Recent technological advances have enabled more sophisticated approaches to FCR prediction. Gaillard et al. [10] summarized the techniques and models of precision sow feeding. Zhou and Hooker [11] developed innovative decision tree models with varying coefficients, significantly improving prediction accuracy. Li and Ma [12] showcased the practical implementation of AI techniques in poultry farming, achieving notable improvements in FCR optimization.

The theoretical foundation for these advances was strengthened by Montgomery et al. [13], who provided the statistical framework for regression analysis in agricultural applications. Sharma [7] contributed valuable insights into random forest applications in agricultural settings, while Cortes and Vapnik [14] established the fundamental principles of support vector machines that are now widely used in FCR prediction.

Fu et al. [15] developed a comprehensive data collection and modeling framework specifically for feed efficiency prediction.
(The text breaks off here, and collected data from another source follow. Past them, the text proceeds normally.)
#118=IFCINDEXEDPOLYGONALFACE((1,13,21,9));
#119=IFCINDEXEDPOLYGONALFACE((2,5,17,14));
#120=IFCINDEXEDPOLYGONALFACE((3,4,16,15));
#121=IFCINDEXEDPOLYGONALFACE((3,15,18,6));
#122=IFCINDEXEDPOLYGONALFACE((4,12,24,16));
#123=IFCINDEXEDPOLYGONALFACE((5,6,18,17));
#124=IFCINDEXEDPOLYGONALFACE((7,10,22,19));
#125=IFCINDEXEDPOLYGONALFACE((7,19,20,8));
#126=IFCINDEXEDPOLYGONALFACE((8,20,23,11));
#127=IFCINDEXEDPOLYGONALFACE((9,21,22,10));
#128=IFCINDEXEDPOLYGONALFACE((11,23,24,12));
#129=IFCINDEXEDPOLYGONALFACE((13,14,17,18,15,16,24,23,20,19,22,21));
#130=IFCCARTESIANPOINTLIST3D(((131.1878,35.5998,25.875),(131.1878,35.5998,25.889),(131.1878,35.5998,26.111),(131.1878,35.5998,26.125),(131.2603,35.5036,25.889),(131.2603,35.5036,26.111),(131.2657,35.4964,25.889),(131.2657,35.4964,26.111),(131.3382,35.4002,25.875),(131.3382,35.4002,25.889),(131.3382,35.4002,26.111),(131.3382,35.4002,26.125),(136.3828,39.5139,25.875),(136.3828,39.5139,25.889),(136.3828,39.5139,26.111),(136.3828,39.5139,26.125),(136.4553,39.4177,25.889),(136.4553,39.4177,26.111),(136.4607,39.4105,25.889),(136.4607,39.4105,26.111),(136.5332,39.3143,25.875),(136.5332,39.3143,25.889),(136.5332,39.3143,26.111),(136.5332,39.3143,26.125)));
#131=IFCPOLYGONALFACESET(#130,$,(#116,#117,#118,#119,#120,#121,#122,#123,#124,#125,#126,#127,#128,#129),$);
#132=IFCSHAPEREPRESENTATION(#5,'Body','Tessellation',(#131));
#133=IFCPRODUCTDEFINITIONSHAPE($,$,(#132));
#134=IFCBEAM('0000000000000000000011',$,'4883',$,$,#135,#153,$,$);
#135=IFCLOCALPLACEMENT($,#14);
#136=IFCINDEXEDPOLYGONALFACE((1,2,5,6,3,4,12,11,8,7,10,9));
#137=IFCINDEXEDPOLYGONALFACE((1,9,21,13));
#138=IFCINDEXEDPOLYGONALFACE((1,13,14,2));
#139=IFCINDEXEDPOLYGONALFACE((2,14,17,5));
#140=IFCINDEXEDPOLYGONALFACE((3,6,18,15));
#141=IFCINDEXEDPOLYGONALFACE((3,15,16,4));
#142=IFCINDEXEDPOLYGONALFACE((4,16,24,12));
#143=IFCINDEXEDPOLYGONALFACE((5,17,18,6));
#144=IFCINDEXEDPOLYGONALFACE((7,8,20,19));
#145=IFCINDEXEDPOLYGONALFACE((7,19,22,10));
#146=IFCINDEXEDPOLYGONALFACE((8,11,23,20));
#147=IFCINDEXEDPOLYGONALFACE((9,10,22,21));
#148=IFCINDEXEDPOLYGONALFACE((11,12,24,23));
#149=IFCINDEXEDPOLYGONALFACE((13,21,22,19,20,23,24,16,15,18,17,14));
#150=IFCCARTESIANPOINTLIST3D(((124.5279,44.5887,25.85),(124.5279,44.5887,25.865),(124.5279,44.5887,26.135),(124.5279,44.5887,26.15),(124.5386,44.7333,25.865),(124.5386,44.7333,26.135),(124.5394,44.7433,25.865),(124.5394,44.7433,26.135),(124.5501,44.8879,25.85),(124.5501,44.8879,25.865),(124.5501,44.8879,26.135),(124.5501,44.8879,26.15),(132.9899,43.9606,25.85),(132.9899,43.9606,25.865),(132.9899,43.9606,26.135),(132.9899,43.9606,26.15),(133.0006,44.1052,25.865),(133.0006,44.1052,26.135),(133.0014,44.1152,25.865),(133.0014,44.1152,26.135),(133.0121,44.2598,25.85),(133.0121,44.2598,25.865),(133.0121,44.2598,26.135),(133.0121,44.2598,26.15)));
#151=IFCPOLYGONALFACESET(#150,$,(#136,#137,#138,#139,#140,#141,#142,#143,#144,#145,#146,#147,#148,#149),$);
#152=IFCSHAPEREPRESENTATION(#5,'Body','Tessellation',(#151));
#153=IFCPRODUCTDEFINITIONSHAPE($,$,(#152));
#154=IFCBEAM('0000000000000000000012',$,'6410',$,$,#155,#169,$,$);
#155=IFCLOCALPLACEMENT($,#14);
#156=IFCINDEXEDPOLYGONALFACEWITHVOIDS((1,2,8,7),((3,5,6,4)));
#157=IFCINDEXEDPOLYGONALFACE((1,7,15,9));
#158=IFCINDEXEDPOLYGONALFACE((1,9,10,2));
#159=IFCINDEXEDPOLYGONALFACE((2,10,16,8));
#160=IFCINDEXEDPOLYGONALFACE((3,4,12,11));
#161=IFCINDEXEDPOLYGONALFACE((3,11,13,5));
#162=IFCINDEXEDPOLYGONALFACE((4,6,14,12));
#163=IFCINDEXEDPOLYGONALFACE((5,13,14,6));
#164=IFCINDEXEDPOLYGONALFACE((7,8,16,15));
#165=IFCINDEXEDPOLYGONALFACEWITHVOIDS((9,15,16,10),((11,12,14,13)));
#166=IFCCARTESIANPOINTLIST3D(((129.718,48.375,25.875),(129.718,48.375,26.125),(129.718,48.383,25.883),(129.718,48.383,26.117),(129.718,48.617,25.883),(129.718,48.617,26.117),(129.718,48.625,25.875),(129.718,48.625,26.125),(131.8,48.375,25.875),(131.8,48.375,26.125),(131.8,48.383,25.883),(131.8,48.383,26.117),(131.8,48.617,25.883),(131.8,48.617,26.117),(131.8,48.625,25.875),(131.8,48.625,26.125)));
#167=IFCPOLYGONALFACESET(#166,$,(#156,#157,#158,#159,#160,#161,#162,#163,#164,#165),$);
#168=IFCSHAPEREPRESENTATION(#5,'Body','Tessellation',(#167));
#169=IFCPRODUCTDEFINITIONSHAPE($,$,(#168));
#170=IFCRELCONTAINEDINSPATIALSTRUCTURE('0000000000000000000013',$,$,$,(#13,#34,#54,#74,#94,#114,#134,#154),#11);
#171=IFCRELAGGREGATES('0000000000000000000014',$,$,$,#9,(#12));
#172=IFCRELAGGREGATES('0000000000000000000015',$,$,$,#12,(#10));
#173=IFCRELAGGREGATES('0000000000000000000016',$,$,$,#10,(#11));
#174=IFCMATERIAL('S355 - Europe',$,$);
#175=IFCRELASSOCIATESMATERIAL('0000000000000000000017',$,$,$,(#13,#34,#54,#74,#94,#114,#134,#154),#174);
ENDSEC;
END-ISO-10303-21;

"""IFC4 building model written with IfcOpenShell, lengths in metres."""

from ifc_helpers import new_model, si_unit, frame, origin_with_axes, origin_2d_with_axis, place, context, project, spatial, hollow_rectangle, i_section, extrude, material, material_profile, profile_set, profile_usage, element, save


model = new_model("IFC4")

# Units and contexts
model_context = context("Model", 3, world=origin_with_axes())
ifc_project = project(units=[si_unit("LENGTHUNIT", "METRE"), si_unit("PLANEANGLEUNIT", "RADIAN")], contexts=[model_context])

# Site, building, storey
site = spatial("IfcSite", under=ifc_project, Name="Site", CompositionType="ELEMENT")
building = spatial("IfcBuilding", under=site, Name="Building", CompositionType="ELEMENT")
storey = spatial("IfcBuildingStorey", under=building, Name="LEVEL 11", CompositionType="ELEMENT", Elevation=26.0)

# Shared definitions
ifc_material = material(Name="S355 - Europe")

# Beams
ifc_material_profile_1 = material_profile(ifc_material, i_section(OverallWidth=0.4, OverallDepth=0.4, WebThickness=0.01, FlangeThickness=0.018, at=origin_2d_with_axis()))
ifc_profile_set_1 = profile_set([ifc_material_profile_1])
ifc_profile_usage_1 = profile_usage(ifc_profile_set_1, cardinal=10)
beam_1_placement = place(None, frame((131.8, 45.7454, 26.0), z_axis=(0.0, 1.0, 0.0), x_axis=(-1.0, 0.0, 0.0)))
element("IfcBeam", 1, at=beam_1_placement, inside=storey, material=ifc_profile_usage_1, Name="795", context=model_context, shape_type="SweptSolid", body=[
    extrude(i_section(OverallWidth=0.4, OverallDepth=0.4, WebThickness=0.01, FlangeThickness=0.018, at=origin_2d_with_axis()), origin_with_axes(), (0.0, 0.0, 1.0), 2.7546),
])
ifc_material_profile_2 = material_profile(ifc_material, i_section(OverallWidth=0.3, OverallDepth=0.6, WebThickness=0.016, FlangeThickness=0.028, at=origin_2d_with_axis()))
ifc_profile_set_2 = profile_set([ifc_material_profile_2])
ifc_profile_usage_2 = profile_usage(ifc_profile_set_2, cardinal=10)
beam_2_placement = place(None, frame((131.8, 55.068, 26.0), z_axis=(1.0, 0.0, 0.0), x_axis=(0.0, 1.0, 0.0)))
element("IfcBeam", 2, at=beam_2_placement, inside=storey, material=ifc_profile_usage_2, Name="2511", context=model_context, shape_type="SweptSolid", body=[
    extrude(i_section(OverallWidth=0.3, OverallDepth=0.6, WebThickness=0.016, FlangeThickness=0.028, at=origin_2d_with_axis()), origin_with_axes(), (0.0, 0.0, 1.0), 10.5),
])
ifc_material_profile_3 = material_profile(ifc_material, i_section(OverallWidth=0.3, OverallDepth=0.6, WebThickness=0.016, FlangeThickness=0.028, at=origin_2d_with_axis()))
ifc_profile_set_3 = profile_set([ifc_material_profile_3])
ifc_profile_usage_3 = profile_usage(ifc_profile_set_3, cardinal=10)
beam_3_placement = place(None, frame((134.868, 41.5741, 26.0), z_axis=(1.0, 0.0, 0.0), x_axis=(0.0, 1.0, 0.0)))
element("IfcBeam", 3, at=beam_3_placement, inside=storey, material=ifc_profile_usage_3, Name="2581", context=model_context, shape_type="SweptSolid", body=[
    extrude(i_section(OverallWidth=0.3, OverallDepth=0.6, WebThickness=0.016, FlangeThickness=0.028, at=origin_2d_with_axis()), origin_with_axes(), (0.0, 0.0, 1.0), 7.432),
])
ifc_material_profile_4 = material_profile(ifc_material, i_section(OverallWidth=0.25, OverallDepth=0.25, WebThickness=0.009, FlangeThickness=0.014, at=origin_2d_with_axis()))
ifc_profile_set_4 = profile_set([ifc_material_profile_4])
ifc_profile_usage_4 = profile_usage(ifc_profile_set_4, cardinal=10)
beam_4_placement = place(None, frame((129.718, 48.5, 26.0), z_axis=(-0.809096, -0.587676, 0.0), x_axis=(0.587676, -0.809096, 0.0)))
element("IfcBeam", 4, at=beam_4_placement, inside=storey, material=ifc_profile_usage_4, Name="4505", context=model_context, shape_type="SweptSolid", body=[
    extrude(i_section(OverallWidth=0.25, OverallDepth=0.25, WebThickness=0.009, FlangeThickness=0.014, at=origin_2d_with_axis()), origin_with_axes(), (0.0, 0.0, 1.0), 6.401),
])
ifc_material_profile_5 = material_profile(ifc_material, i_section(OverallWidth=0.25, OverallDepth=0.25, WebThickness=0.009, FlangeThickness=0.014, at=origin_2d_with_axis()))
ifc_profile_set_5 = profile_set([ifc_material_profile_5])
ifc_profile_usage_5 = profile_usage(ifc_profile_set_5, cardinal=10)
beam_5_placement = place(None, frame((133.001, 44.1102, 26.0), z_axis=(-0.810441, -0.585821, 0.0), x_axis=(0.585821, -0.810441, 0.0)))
LeCun [16] and Piles et al. [17] established the theoretical foundations for deep learning applications in agricultural settings. Shirzadifar [18] conducted a systematic review of machine learning applications in livestock farming, identifying key challenges and opportunities.

The integration of advanced technologies has further enhanced our capabilities. Johansen et al. [19] demonstrated the successful application of neural networks in chicken FCR prediction, Le Boucher et al. [20] were among the first to apply Bayesian methods for predicting the feed intake of seabass. Ellis [21] developed specialized deep learning architectures for precision farming applications.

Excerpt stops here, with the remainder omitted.